TASK TO COMPLETE: Transcribe the records below exactly as written, from the opening line through the line that contains "# Wall, opening, window".

Stored data entries:

--

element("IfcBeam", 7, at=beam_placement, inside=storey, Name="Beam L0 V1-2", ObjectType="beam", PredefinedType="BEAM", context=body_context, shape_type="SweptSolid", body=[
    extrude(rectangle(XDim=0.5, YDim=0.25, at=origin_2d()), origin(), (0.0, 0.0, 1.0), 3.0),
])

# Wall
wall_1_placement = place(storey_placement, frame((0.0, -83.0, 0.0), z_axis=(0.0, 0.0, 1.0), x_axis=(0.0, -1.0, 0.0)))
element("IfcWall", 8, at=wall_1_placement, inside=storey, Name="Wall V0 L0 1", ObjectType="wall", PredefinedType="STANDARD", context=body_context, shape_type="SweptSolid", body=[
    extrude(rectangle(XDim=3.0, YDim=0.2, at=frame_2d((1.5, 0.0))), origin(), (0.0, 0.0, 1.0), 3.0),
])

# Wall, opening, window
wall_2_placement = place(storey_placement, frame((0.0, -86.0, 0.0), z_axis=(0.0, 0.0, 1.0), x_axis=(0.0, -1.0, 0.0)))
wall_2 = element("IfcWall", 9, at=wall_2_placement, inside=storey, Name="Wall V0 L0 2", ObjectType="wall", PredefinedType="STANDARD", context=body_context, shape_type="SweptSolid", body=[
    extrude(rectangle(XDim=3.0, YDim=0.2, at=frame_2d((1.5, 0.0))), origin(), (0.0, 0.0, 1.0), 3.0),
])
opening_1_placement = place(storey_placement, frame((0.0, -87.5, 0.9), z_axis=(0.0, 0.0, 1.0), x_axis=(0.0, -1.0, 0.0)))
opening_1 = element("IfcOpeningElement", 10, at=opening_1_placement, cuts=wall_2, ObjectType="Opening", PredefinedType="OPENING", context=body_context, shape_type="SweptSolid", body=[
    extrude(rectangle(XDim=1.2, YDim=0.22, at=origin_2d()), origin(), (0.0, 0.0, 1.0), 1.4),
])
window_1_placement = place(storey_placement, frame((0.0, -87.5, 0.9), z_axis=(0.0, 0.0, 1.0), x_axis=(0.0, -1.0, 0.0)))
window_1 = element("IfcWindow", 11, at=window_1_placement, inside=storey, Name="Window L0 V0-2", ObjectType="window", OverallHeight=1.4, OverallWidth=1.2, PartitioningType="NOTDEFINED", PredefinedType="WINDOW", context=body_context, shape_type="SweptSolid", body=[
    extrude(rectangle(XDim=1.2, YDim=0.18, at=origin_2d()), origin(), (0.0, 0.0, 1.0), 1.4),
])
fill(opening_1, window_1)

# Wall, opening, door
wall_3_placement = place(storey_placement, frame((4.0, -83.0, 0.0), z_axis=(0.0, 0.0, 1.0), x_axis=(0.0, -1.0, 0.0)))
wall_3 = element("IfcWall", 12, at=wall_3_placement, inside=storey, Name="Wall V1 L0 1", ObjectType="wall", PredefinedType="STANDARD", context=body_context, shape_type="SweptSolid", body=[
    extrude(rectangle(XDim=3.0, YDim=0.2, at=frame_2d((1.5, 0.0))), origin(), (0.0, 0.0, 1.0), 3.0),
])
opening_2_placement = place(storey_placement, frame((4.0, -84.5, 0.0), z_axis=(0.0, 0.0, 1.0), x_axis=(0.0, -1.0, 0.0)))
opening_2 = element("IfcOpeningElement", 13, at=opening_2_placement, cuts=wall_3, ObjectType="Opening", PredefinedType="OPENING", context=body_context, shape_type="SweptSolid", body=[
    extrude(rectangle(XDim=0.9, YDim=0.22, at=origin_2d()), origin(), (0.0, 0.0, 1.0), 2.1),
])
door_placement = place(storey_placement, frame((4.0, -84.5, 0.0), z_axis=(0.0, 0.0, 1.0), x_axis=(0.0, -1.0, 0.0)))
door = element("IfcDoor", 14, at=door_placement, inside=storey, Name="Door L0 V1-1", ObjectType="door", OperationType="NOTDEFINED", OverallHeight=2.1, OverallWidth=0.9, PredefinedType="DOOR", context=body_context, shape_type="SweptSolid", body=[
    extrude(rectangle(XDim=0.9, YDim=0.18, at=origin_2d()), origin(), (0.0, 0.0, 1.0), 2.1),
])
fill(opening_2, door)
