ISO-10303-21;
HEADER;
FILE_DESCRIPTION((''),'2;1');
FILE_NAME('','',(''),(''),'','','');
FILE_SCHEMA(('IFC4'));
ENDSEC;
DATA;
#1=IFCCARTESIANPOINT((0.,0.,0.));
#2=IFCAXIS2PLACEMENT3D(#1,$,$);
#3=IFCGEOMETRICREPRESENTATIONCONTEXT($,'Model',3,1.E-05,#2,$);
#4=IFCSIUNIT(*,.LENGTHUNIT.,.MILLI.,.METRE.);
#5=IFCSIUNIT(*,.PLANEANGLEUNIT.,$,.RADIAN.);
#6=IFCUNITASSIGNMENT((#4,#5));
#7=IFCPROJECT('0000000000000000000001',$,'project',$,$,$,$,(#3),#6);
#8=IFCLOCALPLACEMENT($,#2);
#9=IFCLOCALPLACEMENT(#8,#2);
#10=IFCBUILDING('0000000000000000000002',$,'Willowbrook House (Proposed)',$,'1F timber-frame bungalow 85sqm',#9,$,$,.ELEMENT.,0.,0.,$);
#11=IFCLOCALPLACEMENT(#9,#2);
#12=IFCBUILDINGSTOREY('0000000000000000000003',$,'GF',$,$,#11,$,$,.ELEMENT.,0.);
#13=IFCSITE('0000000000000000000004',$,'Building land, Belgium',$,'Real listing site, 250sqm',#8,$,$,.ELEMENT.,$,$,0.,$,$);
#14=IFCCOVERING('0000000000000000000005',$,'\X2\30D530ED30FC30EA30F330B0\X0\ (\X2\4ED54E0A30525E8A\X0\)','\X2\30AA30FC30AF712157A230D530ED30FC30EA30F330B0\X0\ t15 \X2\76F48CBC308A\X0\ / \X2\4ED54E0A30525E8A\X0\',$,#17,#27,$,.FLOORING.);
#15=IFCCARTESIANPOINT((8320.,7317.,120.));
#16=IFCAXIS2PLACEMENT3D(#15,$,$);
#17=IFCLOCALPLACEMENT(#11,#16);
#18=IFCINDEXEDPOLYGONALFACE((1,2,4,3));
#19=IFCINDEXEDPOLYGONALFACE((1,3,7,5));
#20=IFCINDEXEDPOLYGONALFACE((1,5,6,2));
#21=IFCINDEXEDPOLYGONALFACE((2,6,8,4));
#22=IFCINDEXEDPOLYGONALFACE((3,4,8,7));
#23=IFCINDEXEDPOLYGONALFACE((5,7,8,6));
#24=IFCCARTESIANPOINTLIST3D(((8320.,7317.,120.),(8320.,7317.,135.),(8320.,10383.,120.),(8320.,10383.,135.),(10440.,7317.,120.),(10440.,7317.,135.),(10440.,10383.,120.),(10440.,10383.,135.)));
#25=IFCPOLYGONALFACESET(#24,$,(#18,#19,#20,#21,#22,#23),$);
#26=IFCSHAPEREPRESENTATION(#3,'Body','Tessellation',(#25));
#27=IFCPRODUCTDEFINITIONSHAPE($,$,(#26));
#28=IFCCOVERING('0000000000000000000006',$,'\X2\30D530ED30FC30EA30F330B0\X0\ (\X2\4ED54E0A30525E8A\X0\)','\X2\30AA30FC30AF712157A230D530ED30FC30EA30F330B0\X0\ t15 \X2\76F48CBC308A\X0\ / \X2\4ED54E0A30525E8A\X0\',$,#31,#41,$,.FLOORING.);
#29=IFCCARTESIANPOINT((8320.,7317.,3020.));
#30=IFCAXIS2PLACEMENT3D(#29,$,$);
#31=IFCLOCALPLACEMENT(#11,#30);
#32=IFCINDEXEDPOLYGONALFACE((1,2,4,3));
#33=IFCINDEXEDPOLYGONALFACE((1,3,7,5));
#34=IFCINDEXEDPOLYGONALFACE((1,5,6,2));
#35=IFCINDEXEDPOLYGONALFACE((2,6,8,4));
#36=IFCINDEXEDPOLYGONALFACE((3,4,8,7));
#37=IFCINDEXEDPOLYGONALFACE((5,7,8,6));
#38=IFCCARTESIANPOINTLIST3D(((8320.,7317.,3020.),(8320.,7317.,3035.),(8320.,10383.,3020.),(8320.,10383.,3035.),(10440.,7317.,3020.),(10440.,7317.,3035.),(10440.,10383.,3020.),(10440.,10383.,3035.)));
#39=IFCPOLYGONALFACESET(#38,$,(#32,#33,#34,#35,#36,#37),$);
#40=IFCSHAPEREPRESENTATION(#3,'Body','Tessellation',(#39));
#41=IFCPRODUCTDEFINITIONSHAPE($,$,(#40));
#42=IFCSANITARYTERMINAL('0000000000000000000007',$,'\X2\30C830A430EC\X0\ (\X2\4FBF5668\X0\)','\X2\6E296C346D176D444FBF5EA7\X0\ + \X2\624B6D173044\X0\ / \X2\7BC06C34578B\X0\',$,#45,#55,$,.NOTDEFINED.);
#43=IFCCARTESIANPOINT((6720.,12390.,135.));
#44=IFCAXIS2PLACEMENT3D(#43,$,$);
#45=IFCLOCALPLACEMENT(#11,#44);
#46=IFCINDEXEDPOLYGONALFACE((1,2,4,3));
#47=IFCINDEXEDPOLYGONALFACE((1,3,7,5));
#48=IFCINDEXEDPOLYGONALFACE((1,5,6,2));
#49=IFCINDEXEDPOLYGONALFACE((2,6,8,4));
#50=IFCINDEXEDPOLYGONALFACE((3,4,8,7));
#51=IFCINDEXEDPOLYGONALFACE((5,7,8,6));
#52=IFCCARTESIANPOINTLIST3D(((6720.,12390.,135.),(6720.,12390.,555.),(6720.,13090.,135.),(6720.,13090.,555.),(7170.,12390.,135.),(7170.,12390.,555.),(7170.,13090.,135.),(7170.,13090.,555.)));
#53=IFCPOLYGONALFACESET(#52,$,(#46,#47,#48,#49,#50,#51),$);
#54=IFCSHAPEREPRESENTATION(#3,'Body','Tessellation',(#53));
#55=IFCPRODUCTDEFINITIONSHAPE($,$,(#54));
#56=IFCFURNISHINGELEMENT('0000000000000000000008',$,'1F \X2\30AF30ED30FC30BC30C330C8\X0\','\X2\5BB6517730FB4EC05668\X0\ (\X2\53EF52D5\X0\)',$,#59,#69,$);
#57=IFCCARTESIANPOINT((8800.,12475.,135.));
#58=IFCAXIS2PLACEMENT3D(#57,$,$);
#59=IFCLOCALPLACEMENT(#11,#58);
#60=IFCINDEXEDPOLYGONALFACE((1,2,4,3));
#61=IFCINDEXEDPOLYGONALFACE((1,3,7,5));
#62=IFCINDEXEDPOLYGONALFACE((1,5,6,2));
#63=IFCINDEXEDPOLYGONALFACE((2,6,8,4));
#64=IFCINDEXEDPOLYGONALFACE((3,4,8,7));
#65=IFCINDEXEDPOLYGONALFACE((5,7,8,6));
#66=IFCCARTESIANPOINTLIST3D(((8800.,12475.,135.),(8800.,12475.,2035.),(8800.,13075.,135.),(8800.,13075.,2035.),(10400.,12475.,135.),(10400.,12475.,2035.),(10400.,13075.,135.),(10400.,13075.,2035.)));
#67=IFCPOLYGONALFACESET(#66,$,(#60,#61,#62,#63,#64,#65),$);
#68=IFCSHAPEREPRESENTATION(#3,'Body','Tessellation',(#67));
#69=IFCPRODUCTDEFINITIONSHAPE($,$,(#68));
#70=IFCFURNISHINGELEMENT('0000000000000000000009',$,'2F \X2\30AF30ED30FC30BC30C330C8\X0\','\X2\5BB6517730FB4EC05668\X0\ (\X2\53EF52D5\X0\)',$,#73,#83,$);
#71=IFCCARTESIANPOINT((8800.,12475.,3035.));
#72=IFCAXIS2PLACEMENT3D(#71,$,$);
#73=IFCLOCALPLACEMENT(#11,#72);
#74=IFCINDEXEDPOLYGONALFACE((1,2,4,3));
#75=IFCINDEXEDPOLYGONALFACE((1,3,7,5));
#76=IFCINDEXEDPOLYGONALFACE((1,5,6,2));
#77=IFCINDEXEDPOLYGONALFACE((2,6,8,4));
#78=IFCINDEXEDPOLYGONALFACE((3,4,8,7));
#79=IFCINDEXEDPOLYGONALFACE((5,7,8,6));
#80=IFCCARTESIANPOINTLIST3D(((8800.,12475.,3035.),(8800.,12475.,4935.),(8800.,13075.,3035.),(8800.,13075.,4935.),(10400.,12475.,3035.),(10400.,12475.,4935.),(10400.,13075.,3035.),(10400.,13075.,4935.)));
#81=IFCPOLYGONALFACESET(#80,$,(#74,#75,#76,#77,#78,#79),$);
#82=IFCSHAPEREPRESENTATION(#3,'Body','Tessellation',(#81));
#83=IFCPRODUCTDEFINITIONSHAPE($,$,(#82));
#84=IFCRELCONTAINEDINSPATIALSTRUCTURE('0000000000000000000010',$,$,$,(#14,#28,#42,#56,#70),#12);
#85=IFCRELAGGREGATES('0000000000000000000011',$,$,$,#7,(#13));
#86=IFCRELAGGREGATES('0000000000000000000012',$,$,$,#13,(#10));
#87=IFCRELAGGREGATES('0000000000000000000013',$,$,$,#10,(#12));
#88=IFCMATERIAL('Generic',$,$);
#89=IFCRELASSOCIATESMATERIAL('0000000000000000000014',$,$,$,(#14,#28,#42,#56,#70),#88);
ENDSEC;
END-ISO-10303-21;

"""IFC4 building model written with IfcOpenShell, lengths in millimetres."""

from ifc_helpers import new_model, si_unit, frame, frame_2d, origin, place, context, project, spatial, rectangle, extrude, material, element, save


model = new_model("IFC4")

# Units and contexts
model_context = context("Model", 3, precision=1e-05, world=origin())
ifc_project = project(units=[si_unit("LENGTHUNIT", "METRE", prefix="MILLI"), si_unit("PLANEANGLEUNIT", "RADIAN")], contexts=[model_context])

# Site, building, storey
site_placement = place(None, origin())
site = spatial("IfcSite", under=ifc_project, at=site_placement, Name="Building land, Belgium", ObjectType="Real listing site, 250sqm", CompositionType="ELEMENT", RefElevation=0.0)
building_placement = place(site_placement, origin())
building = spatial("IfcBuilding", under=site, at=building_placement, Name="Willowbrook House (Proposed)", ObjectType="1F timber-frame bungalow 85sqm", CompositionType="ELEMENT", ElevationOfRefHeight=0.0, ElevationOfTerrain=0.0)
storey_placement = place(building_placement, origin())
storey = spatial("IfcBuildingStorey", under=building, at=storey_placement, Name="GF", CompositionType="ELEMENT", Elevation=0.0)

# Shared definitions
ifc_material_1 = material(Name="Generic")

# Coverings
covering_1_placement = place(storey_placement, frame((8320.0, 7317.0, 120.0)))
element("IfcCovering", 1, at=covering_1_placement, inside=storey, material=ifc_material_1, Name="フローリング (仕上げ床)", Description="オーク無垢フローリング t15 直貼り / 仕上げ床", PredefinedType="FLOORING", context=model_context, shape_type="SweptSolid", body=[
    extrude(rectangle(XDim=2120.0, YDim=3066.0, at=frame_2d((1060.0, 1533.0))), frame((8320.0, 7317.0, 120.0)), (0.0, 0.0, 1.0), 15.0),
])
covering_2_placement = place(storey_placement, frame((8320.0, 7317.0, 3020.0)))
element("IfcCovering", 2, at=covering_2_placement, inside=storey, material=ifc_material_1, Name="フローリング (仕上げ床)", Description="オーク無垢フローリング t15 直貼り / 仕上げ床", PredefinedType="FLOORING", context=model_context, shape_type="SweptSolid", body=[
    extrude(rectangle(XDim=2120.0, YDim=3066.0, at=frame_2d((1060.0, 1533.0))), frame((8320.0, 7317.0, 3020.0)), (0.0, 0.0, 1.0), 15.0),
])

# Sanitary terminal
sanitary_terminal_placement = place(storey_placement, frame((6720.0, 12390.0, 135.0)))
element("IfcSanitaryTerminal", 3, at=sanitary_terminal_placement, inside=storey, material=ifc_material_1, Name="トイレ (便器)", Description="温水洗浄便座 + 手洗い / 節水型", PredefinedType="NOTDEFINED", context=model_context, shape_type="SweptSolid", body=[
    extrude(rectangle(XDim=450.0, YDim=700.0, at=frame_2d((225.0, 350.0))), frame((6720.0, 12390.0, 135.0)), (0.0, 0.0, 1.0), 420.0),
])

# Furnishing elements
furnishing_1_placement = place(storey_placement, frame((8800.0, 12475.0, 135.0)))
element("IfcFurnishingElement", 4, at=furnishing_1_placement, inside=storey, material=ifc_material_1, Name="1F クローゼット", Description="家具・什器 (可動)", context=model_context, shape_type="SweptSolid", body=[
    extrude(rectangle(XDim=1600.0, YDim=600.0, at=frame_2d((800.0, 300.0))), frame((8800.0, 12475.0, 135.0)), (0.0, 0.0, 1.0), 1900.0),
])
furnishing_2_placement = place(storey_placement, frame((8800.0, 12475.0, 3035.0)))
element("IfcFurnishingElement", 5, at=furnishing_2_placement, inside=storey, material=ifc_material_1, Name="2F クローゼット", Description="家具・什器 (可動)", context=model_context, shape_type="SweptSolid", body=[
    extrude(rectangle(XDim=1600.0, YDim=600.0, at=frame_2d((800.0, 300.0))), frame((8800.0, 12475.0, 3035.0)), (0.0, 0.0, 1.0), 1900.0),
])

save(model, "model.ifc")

--

ANSWER BELOW:
element("IfcBeam", 7, at=beam_placement, inside=storey, Name="Beam L0 V1-2", ObjectType="beam", PredefinedType="BEAM", context=body_context, shape_type="SweptSolid", body=[
    extrude(rectangle(XDim=0.5, YDim=0.25, at=origin_2d()), origin(), (0.0, 0.0, 1.0), 3.0),
])

# Wall
wall_1_placement = place(storey_placement, frame((0.0, -83.0, 0.0), z_axis=(0.0, 0.0, 1.0), x_axis=(0.0, -1.0, 0.0)))
element("IfcWall", 8, at=wall_1_placement, inside=storey, Name="Wall V0 L0 1", ObjectType="wall", PredefinedType="STANDARD", context=body_context, shape_type="SweptSolid", body=[
    extrude(rectangle(XDim=3.0, YDim=0.2, at=frame_2d((1.5, 0.0))), origin(), (0.0, 0.0, 1.0), 3.0),
])

# Wall, opening, window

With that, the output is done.